Why Cat 6? That stuff doesn’t have near the noise rejection properties of shielded cable. Are they soldered to XLRs at both ends or what?

Regards,
Wayne


----------



## tonyvdb

> Why Cat 6? That stuff doesn’t have near the noise rejection properties of shielded cable. Are they soldered to XLRs at both ends or what?
> Regards,
> Wayne


No its standard mic inputs at the stage but they only run about 20ft to a rack that has DACs that convert the signal to digital that run back to the Front of house mixer via cat6e. The signal is amazingly clean far better than we ever had using the old XLR mic lines. We also use an digital AVIOM system for in ear monitors.
Our Sunday services regularly have a full band (full drums, bass, electric & acoustic guitar, piano, keyboard and several vocals so it can be a busy job for myself or whoever does sound that week.
Having the digital mixer has proven to be fantastic as it remembers presets and many other settings that can be recalled at the touch of a button (all the faders are motorized).


----------



## drf

Its interesting to hear thee different opinions, If the rumour I heard is true then there should be close to stuff all difference between Berry and mackie????, Maybe a little bit of noise and reliability.

I personally have a soft spot for soundtracs Solo and sound craft. 

I installed a berry 32 Ch. in my old church 7 years ago and it has received a fair pounding from amatures including having a table top droped on it.
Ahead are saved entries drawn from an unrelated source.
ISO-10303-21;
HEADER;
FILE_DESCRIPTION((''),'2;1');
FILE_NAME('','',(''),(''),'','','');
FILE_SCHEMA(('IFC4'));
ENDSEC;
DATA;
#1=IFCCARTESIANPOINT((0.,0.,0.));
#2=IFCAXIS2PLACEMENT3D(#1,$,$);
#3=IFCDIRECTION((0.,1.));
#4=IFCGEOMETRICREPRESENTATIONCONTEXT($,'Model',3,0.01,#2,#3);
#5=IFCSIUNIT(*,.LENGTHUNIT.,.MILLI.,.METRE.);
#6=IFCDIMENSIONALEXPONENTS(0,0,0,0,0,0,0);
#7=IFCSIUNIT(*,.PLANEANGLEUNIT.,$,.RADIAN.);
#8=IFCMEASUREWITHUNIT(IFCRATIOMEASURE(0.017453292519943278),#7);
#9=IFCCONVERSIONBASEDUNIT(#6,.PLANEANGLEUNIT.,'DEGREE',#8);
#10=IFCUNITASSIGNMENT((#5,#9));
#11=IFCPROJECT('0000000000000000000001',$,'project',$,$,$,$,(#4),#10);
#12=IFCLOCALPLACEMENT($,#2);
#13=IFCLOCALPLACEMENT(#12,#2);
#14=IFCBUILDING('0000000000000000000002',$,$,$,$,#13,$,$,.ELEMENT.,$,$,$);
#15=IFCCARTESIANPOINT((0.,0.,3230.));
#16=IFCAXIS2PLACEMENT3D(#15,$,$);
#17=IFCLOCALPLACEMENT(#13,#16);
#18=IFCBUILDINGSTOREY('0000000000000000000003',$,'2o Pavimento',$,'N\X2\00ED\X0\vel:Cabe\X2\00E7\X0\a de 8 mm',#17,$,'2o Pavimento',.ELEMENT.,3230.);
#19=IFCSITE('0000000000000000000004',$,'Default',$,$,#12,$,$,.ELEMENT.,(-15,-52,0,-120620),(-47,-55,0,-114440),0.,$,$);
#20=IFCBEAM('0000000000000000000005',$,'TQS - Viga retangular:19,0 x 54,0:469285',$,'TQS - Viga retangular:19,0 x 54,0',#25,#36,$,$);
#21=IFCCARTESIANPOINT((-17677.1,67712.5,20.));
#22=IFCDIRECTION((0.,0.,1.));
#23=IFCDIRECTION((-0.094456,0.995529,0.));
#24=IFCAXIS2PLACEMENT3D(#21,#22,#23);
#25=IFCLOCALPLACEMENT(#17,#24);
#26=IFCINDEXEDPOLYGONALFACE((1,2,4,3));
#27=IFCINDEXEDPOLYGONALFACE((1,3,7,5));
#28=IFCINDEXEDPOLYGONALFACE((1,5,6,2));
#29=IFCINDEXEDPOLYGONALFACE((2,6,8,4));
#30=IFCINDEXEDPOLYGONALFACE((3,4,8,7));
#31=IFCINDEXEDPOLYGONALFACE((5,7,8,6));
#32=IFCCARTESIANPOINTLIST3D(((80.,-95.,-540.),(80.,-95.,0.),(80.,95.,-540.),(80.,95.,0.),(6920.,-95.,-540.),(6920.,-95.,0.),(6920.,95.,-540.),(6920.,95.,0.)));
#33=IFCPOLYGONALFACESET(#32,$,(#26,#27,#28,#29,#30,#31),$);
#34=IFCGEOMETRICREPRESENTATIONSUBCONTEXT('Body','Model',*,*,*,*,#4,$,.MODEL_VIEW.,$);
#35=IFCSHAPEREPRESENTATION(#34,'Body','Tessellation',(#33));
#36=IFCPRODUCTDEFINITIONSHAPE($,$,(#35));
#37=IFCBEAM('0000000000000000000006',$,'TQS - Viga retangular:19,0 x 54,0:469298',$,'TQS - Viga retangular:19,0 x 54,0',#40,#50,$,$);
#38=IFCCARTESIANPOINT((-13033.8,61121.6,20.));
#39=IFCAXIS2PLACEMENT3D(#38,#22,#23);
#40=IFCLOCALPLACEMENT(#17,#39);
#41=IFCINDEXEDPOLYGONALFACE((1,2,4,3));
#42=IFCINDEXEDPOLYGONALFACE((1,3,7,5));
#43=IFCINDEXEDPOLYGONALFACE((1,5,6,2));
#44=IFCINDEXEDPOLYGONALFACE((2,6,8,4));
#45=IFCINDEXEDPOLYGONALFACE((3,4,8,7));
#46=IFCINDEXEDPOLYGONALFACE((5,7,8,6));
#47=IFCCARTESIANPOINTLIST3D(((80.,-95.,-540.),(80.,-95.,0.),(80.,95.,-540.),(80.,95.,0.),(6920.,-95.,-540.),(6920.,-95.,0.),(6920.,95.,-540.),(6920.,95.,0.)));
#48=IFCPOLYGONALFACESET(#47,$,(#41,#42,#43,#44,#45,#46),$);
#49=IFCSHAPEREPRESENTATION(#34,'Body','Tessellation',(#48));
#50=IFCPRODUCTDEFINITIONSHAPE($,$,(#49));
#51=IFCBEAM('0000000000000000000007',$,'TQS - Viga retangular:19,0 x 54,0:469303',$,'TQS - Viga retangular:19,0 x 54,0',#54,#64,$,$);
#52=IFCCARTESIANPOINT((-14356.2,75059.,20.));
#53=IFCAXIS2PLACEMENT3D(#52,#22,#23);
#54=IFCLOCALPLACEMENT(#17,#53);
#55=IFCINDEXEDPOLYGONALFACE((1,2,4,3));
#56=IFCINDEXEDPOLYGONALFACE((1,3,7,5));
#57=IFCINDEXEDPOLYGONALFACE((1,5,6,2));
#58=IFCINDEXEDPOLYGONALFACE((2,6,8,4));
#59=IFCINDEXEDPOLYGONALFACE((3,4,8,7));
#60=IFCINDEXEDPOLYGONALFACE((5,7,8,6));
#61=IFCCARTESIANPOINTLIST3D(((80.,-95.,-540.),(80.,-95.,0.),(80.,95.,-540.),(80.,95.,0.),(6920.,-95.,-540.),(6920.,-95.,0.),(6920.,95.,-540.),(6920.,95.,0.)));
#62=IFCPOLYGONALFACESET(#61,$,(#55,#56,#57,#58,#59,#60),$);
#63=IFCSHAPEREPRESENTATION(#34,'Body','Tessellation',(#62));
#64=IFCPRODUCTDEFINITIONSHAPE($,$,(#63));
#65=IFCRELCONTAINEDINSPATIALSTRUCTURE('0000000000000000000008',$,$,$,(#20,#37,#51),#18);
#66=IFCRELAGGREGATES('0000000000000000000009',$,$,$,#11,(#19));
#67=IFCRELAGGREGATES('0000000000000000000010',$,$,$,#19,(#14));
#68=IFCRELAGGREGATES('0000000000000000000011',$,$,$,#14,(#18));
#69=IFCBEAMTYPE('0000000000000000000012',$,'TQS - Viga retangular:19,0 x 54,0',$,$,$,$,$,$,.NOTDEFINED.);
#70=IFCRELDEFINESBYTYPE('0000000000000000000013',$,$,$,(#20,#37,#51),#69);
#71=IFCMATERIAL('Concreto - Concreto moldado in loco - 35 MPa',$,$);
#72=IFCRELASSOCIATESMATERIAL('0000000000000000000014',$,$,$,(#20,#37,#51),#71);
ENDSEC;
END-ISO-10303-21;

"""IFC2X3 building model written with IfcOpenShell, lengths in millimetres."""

from ifc_helpers import new_model, entity, si_unit, converted_unit, direction, frame, frame_2d, origin, place, context, subcontext, project, spatial, rectangle, extrude, material, type_object, element, save


model = new_model("IFC2X3")

# Units and contexts
model_context = context("Model", 3, precision=0.01, world=origin(), true_north=direction((0.0, 1.0)))
body_context = subcontext(model_context, "Body", "Model", "MODEL_VIEW")
ifc_project = project(units=[si_unit("LENGTHUNIT", "METRE", prefix="MILLI"), converted_unit("PLANEANGLEUNIT", "DEGREE", entity("IfcRatioMeasure", 0.017453292519943278), si_unit("PLANEANGLEUNIT", "RADIAN"), dimensions=[0, 0, 0, 0, 0, 0, 0])], contexts=[model_context])

# Site, building, storey
site_placement = place(None, origin())
site = spatial("IfcSite", under=ifc_project, at=site_placement, Name="Default", CompositionType="ELEMENT", RefLatitude=(-15, -52, 0, -120620), RefLongitude=(-47, -55, 0, -114440), RefElevation=0.0)
building_placement = place(site_placement, origin())
building = spatial("IfcBuilding", under=site, at=building_placement, CompositionType="ELEMENT")
storey_placement = place(building_placement, frame((0.0, 0.0, 3230.0)))
storey = spatial("IfcBuildingStorey", under=building, at=storey_placement, Name="2o Pavimento", ObjectType="Nível:Cabeça de 8 mm", LongName="2o Pavimento", CompositionType="ELEMENT", Elevation=3230.0)

# Beams
ifc_material = material(Name="Concreto - Concreto moldado in loco - 35 MPa")
beam_type_1 = type_object("IfcBeamType", Name="TQS - Viga retangular:19,0 x 54,0", PredefinedType="NOTDEFINED")
beam_1_placement = place(storey_placement, frame((-17677.1, 67712.5, 20.0), z_axis=(0.0, 0.0, 1.0), x_axis=(-0.094456, 0.995529, 0.0)))
element("IfcBeam", 1, at=beam_1_placement, inside=storey, type_object=beam_type_1, material=ifc_material, Name="TQS - Viga retangular:19,0 x 54,0:469285", ObjectType="TQS - Viga retangular:19,0 x 54,0", context=body_context, shape_type="SweptSolid", body=[
    extrude(rectangle(XDim=540.0, YDim=190.0, at=frame_2d((0.0, 0.0), x_axis=(1.0, 0.0))), frame((80.0, 0.0, -270.0), z_axis=(1.0, 0.0, 0.0), x_axis=(0.0, 0.0, -1.0)), (0.0, 0.0, 1.0), 6840.0),
])
beam_2_placement = place(storey_placement, frame((-13033.8, 61121.6, 20.0), z_axis=(0.0, 0.0, 1.0), x_axis=(-0.094456, 0.995529, 0.0)))
element("IfcBeam", 2, at=beam_2_placement, inside=storey, type_object=beam_type_1, material=ifc_material, Name="TQS - Viga retangular:19,0 x 54,0:469298", ObjectType="TQS - Viga retangular:19,0 x 54,0", context=body_context, shape_type="SweptSolid", body=[
    extrude(rectangle(XDim=540.0, YDim=190.0, at=frame_2d((0.0, 0.0), x_axis=(1.0, 0.0))), frame((80.0, 0.0, -270.0), z_axis=(1.0, 0.0, 0.0), x_axis=(0.0, 0.0, -1.0)), (0.0, 0.0, 1.0), 6840.0),
])
beam_3_placement = place(storey_placement, frame((-14356.2, 75059.0, 20.0), z_axis=(0.0, 0.0, 1.0), x_axis=(-0.094456, 0.995529, 0.0)))
element("IfcBeam", 3, at=beam_3_placement, inside=storey, type_object=beam_type_1, material=ifc_material, Name="TQS - Viga retangular:19,0 x 54,0:469303", ObjectType="TQS - Viga retangular:19,0 x 54,0", context=body_context, shape_type="SweptSolid", body=[
    extrude(rectangle(XDim=540.0, YDim=190.0, at=frame_2d((0.0, 0.0), x_axis=(1.0, 0.0))), frame((80.0, 0.0, -270.0), z_axis=(1.0, 0.0, 0.0), x_axis=(0.0, 0.0, -1.0)), (0.0, 0.0, 1.0), 6840.0),
])

save(model, "model.ifc")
Suffice to say it worked flawlessly until 1 week ago when all the Leds failed, the desk still works you just can't see whats muted, whats clipping and what themaster levels are.
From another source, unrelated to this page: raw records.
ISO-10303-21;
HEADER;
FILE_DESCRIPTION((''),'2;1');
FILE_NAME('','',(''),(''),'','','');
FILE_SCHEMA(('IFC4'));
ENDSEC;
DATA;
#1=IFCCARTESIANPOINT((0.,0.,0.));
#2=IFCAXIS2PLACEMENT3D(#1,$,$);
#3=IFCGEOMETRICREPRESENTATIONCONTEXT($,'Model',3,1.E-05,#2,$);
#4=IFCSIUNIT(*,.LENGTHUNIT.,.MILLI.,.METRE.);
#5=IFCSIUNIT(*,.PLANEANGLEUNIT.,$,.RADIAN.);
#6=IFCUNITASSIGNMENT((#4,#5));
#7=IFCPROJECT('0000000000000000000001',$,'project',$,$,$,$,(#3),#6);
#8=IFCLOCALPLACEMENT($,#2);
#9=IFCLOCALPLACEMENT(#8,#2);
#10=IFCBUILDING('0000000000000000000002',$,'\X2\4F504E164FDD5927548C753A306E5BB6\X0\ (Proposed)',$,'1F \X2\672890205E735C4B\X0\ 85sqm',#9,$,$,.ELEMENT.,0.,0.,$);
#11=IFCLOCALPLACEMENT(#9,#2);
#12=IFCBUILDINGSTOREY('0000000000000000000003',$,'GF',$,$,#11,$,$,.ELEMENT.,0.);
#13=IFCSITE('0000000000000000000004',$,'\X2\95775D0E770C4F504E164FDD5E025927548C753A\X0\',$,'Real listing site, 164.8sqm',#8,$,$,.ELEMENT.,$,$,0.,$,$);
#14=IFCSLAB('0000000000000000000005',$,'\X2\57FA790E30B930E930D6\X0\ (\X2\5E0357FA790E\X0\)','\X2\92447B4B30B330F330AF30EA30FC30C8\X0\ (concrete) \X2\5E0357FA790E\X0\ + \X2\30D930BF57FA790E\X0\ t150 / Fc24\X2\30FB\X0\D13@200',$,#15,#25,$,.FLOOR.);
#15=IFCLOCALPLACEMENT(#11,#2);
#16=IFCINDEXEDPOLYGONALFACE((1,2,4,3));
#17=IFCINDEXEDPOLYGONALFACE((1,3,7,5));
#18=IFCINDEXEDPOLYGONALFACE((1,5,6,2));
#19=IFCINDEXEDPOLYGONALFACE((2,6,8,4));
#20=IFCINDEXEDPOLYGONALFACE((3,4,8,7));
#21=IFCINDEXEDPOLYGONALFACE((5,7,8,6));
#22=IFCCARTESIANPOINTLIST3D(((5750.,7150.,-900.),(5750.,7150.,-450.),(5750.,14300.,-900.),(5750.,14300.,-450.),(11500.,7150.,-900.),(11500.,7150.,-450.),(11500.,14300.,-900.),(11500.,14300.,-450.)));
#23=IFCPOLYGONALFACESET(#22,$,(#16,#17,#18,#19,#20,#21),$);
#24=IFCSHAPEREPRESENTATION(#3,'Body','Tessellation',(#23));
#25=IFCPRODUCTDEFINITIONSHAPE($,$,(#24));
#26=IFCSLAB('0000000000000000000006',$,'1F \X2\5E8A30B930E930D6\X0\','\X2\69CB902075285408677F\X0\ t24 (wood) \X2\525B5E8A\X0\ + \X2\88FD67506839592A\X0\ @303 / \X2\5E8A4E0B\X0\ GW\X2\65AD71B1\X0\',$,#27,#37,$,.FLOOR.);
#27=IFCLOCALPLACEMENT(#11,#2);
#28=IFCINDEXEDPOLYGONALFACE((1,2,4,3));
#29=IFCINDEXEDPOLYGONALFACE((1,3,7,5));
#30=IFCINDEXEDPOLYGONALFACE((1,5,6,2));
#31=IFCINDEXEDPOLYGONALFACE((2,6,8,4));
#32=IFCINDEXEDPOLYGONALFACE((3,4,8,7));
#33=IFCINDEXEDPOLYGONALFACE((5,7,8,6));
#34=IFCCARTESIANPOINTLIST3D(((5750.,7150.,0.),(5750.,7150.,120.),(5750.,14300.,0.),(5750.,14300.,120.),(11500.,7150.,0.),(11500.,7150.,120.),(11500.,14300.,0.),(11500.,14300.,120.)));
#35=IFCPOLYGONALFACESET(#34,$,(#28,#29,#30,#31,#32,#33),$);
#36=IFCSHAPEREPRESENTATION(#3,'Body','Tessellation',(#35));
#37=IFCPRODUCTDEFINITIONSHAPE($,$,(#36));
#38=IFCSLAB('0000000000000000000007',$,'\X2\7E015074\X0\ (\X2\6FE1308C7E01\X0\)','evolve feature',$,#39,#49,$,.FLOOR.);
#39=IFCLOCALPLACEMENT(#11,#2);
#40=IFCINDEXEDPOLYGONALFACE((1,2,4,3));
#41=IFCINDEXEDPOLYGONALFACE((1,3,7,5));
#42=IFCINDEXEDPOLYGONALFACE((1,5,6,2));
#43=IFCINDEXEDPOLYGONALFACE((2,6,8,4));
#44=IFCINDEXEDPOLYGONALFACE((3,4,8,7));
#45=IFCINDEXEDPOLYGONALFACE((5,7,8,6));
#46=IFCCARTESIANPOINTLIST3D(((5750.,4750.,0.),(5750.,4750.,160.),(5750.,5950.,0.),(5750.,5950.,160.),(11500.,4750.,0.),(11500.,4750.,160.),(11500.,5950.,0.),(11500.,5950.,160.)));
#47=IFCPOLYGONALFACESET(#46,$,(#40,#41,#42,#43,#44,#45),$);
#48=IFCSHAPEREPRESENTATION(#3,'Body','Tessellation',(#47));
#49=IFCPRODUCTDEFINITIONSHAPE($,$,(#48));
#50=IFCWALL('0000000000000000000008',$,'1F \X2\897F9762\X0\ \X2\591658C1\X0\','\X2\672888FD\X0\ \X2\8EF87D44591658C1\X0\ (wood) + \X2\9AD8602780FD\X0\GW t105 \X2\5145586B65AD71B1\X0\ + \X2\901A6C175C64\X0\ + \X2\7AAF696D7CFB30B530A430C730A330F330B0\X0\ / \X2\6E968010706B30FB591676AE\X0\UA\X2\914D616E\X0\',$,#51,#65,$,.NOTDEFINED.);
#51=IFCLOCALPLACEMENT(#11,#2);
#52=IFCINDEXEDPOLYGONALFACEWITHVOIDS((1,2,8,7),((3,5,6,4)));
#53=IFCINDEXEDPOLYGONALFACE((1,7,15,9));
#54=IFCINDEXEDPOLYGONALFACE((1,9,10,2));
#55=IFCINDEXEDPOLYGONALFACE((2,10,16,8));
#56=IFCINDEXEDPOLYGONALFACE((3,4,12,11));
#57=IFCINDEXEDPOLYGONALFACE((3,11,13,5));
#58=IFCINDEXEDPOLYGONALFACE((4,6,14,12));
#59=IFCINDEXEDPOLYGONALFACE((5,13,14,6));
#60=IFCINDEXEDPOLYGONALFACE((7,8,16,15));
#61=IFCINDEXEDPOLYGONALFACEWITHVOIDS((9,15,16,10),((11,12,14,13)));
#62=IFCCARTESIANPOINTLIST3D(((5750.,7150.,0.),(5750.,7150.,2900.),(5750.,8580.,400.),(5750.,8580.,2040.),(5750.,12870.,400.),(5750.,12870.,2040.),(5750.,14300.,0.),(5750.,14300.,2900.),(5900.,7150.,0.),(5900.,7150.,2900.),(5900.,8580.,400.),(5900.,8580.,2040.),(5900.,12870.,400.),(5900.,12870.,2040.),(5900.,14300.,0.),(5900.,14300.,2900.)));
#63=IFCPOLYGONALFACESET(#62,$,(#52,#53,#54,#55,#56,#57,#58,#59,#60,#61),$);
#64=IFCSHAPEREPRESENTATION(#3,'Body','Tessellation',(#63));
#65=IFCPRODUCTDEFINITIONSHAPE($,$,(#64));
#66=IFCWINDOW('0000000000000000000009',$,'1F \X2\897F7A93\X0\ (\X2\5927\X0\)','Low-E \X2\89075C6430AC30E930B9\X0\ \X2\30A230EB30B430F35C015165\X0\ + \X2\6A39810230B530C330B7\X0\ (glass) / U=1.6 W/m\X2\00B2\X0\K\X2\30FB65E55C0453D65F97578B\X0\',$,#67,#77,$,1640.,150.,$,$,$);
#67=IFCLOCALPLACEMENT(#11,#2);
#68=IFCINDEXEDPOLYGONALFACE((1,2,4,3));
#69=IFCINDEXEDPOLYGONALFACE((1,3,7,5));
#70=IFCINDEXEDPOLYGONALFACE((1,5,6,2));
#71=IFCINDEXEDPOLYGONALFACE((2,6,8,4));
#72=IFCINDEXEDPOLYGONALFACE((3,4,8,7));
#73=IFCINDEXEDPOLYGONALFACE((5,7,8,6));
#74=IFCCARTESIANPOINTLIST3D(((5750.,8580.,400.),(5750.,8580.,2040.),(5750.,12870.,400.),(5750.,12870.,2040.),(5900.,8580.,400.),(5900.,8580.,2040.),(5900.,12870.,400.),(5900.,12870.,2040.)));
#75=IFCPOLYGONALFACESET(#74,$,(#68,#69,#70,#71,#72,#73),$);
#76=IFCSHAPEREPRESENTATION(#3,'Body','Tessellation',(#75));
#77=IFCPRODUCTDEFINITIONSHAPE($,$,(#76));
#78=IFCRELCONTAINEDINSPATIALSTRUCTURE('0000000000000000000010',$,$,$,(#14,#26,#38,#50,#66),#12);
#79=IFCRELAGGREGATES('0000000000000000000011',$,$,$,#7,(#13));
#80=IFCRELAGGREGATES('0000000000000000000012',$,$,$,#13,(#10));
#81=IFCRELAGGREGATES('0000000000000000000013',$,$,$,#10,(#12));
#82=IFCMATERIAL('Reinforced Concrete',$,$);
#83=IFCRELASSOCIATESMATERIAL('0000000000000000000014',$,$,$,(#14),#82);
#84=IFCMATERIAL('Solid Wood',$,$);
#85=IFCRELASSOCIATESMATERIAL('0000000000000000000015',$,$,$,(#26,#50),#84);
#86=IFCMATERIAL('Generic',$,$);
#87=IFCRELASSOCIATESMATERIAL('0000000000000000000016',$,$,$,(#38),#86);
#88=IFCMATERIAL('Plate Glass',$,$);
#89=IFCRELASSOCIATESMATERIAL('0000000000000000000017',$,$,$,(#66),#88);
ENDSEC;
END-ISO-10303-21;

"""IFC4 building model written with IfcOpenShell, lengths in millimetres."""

from ifc_helpers import new_model, si_unit, frame, frame_2d, origin, place, context, project, spatial, rectangle, extrude, material, element, fill, save


model = new_model("IFC4")

# Units and contexts
model_context = context("Model", 3, precision=1e-05, world=origin())
ifc_project = project(units=[si_unit("LENGTHUNIT", "METRE", prefix="MILLI"), si_unit("PLANEANGLEUNIT", "RADIAN")], contexts=[model_context])

# Site, building, storey
site_placement = place(None, origin())
site = spatial("IfcSite", under=ifc_project, at=site_placement, Name="長崎県佐世保市大和町", ObjectType="Real listing site, 164.8sqm", CompositionType="ELEMENT", RefElevation=0.0)
building_placement = place(site_placement, origin())
building = spatial("IfcBuilding", under=site, at=building_placement, Name="佐世保大和町の家 (Proposed)", ObjectType="1F 木造平屋 85sqm", CompositionType="ELEMENT", ElevationOfRefHeight=0.0, ElevationOfTerrain=0.0)
storey_placement = place(building_placement, origin())
storey = spatial("IfcBuildingStorey", under=building, at=storey_placement, Name="GF", CompositionType="ELEMENT", Elevation=0.0)

# Slabs
ifc_material_1 = material(Name="Reinforced Concrete")
slab_1_placement = place(storey_placement, frame((2875.0, 3575.0, -450.0)))
element("IfcSlab", 1, at=slab_1_placement, inside=storey, material=ifc_material_1, Name="基礎スラブ (布基礎)", Description="鉄筋コンクリート (concrete) 布基礎 + ベタ基礎 t150 / Fc24・D13@200", PredefinedType="FLOOR", context=model_context, shape_type="SweptSolid", body=[
    extrude(rectangle(XDim=5750.0, YDim=7150.0, at=frame_2d((2875.0, 3575.0))), frame((2875.0, 3575.0, -450.0)), (0.0, 0.0, 1.0), 450.0),
])
ifc_material_2 = material(Name="Solid Wood")
slab_2_placement = place(storey_placement, frame((2875.0, 3575.0, 0.0)))
element("IfcSlab", 2, at=slab_2_placement, inside=storey, material=ifc_material_2, Name="1F 床スラブ", Description="構造用合板 t24 (wood) 剛床 + 製材根太 @303 / 床下 GW断熱", PredefinedType="FLOOR", context=model_context, shape_type="SweptSolid", body=[
    extrude(rectangle(XDim=5750.0, YDim=7150.0, at=frame_2d((2875.0, 3575.0))), frame((2875.0, 3575.0, 0.0)), (0.0, 0.0, 1.0), 120.0),
])
ifc_material_3 = material(Name="Generic")
slab_3_placement = place(storey_placement, frame((2875.0, 2375.0, 0.0)))
element("IfcSlab", 3, at=slab_3_placement, inside=storey, material=ifc_material_3, Name="縁側 (濡れ縁)", Description="evolve feature", PredefinedType="FLOOR", context=model_context, shape_type="SweptSolid", body=[
    extrude(rectangle(XDim=5750.0, YDim=1200.0, at=frame_2d((2875.0, 600.0))), frame((2875.0, 2375.0, 0.0)), (0.0, 0.0, 1.0), 160.0),
])

# Shared definitions
ifc_material_4 = material(Name="Plate Glass")

# Wall, opening, window
wall_1_placement = place(storey_placement, frame((2875.0, 3575.0, 0.0)))
wall_1 = element("IfcWall", 4, at=wall_1_placement, inside=storey, material=ifc_material_2, Name="1F 西面 外壁", Description="木製 軸組外壁 (wood) + 高性能GW t105 充填断熱 + 通気層 + 窯業系サイディング / 準耐火・外皮UA配慮", PredefinedType="NOTDEFINED", context=model_context, shape_type="SweptSolid", body=[
    extrude(rectangle(XDim=150.0, YDim=7150.0, at=frame_2d((75.0, 3575.0))), frame((2875.0, 3575.0, 0.0)), (0.0, 0.0, 1.0), 2900.0),
])
opening_1_placement = place(storey_placement, frame((2875.0, 4290.0, 200.0)))
opening_1 = element("IfcOpeningElement", 5, at=opening_1_placement, cuts=wall_1, PredefinedType="NOTDEFINED", context=model_context, shape_type="SweptSolid", body=[
    extrude(rectangle(XDim=150.0, YDim=4290.0, at=frame_2d((75.0, 2145.0))), frame((2875.0, 4290.0, 200.0)), (0.0, 0.0, 1.0), 1640.0),
])
window_1_placement = place(storey_placement, frame((2875.0, 4290.0, 200.0)))
window_1 = element("IfcWindow", 6, at=window_1_placement, inside=storey, material=ifc_material_4, Name="1F 西窓 (大)", Description="Low-E 複層ガラス アルゴン封入 + 樹脂サッシ (glass) / U=1.6 W/m²K・日射取得型", OverallHeight=1640.0, OverallWidth=150.0, context=model_context, shape_type="SweptSolid", body=[
    extrude(rectangle(XDim=150.0, YDim=4290.0, at=frame_2d((75.0, 2145.0))), frame((2875.0, 4290.0, 200.0)), (0.0, 0.0, 1.0), 1640.0),
])
fill(opening_1, window_1)

save(model, "model.ifc")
Edit: Tony, that digital snake you are using, does it suffer disconection problems when there is a hicup in the power? Only I ask becasue some of the earlier snakes had to be reset everytime there was a brown out or flicker


----------



## tweeksound

> On top of that, pay very close attention to the LED meter column of each channel – when it hits red, it is clipping!!! Keep it wa-a-a-y below red!


This is a per-manufacturer sort of thing. With some boards you can hit red every once in a while and still be in the clear as long as you don't stay in the red. The very tip of the crest of the wave might just kiss the ceiling and cause an inaudible clip. That usually means the red LED is quick to react and set a little lower on the margin.
In the case your talking about, the red LED is set higher on the margin and doesn't light up until the signal is severely clipped.

It's kind of a preference thing. Things like EQ and other effects processors can also contribute to this as well.
You might be fine kissing red but then once you add a couple dB at some frequency further down the chain with EQ, you are now even hotter than you were when you hit red and you will clip the mix bus.

This is one of the reasons why it's generally good practice to steer clear of the red in any case.



> Actually, these days, if you’re doing digital, I think your A/D converters are what’s going to make or break your sound quality


.

Exactly right. Your converters and your word clock are making the biggest impact on your sound.


----------



## Wayne A. Pflughaupt

tonyvdb said:


> No its standard mic inputs at the stage but they only run about 20ft to a rack that has DACs that convert the signal to digital that run back to the Front of house mixer via cat6e. The signal is amazingly clean far better than we ever had using the old XLR mic lines. We also use an digital AVIOM system for in ear monitors.


Sweet! I’m jealous – sounds way better than the Spirit digital console we have. I’m not especially fond of it. I like the memories and the 3-band parametric EQ, but that’s about it. 

Regards,
Wayne


----------



## Guest

The great majority of Behringer gear is cheaply made and a substandard rip-off of other manufacturers' designs. Mackie is a large step above Behringer. If you do a search on www.gearslutz.com you can see what mixing and mastering professionals think of Behringer. 

Regards,

John


----------



## Guest

> The great majority of Behringer gear is cheaply made and a substandard rip-off of other manufacturers' designs. Mackie is a large step above Behringer. If you do a search on www.gearslutz.com you can see what mixing and mastering professionals think of Behringer.


The only inexpensive mixer I have used for recording and have been satisfied with was a Soundcraft m12. Personally I think most any preamp is usable to make a nice sounding track (if you have a good musician instrument, good room, decent mic, etc). It comes down to mixing a lot of tracks where the problems come in. 10 - 15 tracks through poor preamps, with poor converters, and maybe a poor mixing room with less than Ideal monitors - and your out of luck. But with all that said. I would rather have a behringer mixer with a good musician/instrument, good room, monitors, good mic, etc. than have a first class preamps without all of those other things.


----------



## drf

Solafide said:


> The only inexpensive mixer I have used for recording and have been satisfied with was a Soundcraft m12. Personally I think most any preamp is usable to make a nice sounding track (if you have a good musician instrument, good room, decent mic, etc). It comes down to mixing a lot of tracks where the problems come in. 10 - 15 tracks through poor preamps, with poor converters, and maybe a poor mixing room with less than Ideal monitors - and your out of luck. But with all that said. I would rather have a behringer mixer with a good musician/instrument, good room, monitors, good mic, etc. than have a first class preamps without all of those other things.


Well said :clap:


----------



## Guest

well said


----------



## Guest

to me the most critical part is the converter, if its bad your up the swany anyway.

and as has been said, give me bad pres and good artists and the music will be ok, give me good pres and bad artists and i will get a very well defined noise!!!! bang for bucks berrys are ok, your not going to write home about them, but at that price you cant complain


----------



## tweeksound

> to me the most critical part is the converter, if its bad your up the swany anyway.


Very true. However, a bad clock will turn a great converter into ****.


----------



## Guest

rule one, dont use berry clocks:bigsmile:


----------